### ABOUT THIS TASK
Go to the line holding "type_shapes(member_type_1, [shared_shape_1])" in the entries below and write out exactly every line down to and including the line holding "x_axis=(0.0, 0.0, 1.0)))".

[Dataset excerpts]
=== Section Start ===

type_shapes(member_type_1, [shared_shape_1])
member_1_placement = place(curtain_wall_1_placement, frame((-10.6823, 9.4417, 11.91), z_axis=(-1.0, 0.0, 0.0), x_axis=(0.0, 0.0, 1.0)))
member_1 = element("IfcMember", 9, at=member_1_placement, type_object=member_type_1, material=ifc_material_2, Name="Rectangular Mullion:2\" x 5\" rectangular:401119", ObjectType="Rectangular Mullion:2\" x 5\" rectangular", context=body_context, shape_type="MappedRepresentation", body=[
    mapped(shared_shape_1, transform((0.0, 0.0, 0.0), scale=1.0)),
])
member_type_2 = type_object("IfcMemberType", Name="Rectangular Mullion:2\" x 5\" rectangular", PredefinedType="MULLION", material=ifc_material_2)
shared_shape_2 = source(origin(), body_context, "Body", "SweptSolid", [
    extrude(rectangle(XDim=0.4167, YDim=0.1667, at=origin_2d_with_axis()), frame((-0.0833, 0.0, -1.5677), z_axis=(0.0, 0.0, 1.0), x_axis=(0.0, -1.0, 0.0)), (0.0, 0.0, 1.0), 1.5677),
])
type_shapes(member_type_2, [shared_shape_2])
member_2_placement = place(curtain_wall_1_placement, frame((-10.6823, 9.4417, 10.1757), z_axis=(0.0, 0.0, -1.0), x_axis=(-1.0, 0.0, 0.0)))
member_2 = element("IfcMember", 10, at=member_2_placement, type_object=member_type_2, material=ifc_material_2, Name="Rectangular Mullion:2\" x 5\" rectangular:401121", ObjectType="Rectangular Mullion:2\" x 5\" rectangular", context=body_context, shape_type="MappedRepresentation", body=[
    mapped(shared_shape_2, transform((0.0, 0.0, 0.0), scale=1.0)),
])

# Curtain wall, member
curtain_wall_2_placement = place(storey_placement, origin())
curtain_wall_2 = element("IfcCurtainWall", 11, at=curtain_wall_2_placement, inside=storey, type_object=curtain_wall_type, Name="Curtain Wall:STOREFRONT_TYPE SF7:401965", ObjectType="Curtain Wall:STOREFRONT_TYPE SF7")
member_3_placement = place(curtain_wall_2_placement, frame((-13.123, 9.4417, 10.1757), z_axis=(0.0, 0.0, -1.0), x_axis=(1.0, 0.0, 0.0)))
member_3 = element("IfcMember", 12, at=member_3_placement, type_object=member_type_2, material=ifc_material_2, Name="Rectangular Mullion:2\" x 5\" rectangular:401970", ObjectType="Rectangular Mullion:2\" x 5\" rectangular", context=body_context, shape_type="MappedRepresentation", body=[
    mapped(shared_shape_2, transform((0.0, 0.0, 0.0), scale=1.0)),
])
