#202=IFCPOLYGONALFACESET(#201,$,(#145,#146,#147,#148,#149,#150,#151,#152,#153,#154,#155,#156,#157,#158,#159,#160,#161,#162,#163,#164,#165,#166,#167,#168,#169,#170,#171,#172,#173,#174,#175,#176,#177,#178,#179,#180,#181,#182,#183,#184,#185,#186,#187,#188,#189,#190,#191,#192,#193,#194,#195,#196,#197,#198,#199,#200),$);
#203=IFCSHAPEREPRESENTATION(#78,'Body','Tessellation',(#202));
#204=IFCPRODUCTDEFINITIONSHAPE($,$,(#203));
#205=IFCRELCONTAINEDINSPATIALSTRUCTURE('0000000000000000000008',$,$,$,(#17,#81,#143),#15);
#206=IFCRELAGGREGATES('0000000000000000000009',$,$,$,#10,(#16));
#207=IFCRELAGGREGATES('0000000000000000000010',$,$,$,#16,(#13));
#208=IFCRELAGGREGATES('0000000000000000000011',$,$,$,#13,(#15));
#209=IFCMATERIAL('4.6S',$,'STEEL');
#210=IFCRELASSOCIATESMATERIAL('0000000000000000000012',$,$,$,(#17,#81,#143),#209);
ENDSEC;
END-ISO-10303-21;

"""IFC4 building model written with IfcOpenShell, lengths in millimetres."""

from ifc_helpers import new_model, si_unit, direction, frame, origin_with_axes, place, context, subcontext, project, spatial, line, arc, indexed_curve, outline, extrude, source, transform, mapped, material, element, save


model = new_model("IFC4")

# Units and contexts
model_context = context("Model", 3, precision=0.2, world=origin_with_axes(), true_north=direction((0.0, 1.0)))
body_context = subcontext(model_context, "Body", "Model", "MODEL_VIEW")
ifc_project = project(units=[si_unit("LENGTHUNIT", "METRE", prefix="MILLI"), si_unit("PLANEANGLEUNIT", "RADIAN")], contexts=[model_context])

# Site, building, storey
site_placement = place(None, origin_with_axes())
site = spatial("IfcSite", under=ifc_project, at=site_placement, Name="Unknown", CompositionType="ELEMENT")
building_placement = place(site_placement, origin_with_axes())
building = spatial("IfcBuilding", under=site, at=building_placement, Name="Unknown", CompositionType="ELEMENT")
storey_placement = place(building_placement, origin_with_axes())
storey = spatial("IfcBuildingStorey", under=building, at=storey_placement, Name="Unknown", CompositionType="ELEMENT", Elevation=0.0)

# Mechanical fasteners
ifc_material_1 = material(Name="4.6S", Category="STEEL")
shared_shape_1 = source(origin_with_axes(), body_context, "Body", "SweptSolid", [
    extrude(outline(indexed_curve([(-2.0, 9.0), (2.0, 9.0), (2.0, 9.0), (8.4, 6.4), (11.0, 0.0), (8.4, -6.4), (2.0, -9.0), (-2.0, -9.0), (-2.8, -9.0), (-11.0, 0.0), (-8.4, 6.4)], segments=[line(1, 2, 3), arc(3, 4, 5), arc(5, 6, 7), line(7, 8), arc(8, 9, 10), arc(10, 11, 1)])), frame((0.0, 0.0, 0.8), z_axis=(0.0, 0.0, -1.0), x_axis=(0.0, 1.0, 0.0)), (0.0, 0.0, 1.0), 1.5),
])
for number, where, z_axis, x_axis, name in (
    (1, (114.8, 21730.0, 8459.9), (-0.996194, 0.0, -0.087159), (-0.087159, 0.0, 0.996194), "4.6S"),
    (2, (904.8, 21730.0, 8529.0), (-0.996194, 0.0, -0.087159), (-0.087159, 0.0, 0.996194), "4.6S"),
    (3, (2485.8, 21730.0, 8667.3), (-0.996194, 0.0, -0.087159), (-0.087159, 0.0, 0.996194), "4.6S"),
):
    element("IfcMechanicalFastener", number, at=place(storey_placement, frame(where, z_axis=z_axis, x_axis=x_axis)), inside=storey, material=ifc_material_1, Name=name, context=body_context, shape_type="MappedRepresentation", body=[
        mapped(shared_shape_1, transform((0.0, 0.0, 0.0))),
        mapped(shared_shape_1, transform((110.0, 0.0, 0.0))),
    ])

=== Section End ===
=== Section Start ===

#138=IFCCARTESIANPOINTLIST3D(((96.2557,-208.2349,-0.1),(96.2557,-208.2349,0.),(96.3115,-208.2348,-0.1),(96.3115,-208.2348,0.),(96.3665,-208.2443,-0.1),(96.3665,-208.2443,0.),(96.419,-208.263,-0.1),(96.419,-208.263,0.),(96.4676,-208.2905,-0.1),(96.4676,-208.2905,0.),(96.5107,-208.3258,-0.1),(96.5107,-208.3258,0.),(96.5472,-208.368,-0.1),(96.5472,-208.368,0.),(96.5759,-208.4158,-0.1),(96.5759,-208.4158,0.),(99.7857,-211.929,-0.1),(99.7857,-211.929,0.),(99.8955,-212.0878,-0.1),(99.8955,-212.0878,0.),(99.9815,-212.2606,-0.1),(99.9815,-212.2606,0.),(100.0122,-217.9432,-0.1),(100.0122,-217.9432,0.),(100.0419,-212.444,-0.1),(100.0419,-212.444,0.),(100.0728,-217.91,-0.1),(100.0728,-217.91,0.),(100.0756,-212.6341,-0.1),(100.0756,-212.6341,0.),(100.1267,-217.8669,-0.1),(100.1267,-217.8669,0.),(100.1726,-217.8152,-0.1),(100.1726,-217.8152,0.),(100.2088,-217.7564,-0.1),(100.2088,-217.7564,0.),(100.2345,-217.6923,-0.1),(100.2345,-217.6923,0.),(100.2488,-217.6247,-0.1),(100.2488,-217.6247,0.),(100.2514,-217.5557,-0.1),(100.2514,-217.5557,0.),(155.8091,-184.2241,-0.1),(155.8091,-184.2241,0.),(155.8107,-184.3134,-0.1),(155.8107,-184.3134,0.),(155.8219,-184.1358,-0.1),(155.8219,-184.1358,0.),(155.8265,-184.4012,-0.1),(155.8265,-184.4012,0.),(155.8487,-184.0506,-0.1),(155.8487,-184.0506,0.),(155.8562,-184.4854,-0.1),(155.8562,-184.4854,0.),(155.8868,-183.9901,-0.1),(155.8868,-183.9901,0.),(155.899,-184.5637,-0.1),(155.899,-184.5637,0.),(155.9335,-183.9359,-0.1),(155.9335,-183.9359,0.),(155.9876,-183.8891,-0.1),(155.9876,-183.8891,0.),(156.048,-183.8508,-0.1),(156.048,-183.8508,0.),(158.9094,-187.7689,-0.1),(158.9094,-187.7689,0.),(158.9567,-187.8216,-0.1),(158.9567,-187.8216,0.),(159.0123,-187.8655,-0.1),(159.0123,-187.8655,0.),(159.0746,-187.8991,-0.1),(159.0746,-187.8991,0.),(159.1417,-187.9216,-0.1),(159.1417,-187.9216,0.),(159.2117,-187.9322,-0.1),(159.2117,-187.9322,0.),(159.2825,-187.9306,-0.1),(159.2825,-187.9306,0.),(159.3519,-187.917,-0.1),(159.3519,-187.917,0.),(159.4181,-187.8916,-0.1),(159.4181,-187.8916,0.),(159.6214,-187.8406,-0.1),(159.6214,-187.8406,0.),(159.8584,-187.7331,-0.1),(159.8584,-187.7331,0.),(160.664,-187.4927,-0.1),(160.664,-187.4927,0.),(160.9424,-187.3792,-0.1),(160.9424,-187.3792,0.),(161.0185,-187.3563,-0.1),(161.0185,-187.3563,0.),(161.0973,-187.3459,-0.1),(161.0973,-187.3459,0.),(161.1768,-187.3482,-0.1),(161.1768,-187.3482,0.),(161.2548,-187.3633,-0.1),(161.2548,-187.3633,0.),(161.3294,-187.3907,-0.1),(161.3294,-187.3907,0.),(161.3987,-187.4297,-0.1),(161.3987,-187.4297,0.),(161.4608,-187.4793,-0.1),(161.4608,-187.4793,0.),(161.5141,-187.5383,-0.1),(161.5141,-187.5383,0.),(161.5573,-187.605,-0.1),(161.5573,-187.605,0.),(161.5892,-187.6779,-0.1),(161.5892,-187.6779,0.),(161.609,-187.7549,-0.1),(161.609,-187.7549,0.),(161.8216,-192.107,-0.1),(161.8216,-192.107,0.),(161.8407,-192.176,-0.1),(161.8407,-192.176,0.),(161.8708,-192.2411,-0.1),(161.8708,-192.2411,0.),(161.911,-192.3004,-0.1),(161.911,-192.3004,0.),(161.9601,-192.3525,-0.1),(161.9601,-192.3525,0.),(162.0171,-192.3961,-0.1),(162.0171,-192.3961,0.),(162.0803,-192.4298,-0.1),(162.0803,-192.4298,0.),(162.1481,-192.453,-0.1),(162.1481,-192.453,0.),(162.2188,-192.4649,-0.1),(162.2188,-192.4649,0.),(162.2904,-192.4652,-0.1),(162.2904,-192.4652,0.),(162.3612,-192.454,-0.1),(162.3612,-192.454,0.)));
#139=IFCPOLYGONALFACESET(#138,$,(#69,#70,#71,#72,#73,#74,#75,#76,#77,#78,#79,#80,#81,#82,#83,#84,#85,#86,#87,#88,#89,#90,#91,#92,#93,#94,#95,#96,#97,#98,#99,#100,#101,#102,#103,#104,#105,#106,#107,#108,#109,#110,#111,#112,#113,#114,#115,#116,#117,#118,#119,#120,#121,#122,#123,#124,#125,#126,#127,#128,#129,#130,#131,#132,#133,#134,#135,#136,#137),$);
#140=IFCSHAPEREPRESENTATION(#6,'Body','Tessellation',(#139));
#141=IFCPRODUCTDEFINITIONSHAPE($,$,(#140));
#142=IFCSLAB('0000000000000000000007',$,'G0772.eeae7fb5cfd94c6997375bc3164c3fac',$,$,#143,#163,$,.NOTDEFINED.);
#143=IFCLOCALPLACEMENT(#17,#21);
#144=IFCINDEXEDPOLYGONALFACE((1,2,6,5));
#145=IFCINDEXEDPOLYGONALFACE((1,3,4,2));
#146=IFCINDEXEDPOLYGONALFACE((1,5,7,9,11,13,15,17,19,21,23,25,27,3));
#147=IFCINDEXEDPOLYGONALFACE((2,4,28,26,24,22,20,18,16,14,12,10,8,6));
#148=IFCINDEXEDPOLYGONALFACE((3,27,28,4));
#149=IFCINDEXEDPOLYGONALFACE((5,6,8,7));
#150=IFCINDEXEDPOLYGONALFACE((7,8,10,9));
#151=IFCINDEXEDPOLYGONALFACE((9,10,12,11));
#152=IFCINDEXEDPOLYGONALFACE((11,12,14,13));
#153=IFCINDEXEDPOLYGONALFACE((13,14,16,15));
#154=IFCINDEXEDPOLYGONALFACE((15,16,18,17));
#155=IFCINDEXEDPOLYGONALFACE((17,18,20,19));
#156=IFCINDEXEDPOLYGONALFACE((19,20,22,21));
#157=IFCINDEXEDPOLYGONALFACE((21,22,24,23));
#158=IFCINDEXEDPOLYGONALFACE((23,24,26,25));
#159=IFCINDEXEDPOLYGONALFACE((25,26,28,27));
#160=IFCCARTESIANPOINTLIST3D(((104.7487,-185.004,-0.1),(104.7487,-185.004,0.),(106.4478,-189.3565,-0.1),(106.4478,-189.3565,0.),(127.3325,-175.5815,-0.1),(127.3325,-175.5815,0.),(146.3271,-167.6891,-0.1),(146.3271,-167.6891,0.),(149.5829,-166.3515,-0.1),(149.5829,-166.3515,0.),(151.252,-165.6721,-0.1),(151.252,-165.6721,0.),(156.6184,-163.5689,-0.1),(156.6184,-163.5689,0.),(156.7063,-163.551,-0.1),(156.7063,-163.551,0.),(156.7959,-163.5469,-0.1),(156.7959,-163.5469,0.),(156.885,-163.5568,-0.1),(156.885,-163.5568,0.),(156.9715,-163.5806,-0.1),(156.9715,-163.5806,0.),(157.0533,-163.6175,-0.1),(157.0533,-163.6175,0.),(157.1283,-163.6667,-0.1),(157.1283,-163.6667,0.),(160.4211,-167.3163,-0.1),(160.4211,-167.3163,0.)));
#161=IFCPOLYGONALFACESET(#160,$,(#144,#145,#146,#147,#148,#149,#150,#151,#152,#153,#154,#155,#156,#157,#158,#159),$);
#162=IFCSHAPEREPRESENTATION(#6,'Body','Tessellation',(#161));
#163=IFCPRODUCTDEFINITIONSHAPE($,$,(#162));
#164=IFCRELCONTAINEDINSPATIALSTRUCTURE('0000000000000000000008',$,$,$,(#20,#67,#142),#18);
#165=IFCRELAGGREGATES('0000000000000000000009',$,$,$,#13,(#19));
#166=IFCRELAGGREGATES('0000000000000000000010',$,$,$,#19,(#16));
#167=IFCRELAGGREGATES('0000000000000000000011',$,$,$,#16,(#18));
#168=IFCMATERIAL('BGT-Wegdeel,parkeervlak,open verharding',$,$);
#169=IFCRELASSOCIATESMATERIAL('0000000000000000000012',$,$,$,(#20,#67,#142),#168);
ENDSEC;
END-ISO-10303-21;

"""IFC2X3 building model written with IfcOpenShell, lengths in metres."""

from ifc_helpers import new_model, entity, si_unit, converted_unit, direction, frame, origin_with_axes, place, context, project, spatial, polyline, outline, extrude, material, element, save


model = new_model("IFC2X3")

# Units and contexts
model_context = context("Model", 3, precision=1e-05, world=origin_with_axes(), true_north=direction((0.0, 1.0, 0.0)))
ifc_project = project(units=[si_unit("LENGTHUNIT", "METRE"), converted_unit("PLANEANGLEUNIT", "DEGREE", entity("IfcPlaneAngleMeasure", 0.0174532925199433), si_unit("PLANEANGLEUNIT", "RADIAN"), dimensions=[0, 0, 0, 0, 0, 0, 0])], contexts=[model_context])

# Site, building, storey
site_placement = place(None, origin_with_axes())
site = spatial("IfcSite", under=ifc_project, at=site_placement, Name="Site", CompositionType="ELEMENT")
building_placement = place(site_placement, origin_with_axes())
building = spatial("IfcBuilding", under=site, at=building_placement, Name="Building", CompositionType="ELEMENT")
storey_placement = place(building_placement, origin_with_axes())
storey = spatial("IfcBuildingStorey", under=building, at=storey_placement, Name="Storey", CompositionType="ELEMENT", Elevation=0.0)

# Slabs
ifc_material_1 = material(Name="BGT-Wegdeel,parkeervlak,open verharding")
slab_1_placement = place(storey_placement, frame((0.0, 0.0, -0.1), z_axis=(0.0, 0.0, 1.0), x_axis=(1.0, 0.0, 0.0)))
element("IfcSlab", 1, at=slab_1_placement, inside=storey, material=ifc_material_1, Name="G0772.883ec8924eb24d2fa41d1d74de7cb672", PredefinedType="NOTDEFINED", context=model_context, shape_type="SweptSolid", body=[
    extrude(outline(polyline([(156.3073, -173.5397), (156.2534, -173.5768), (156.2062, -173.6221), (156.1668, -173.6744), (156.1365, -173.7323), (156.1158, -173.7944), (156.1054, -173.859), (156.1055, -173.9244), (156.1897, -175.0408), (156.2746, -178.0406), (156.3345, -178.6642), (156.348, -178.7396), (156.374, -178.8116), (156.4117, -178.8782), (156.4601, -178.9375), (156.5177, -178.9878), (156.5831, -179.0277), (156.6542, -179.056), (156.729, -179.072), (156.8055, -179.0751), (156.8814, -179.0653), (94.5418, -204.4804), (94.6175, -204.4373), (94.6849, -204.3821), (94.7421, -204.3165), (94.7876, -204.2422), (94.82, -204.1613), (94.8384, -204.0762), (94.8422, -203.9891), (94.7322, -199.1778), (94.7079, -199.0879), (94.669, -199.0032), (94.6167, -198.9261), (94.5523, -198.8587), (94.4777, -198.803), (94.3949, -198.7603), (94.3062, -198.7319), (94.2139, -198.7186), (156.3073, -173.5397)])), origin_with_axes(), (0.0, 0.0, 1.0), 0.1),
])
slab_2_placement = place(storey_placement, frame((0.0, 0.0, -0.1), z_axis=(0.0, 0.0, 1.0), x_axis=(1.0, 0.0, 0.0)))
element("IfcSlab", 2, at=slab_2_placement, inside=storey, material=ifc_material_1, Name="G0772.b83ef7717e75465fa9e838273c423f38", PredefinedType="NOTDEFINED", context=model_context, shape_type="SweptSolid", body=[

=== Section End ===

### WRITTEN REPLY
type_shapes(member_type_1, [shared_shape_1])
member_1_placement = place(curtain_wall_1_placement, frame((-10.6823, 9.4417, 11.91), z_axis=(-1.0, 0.0, 0.0), x_axis=(0.0, 0.0, 1.0)))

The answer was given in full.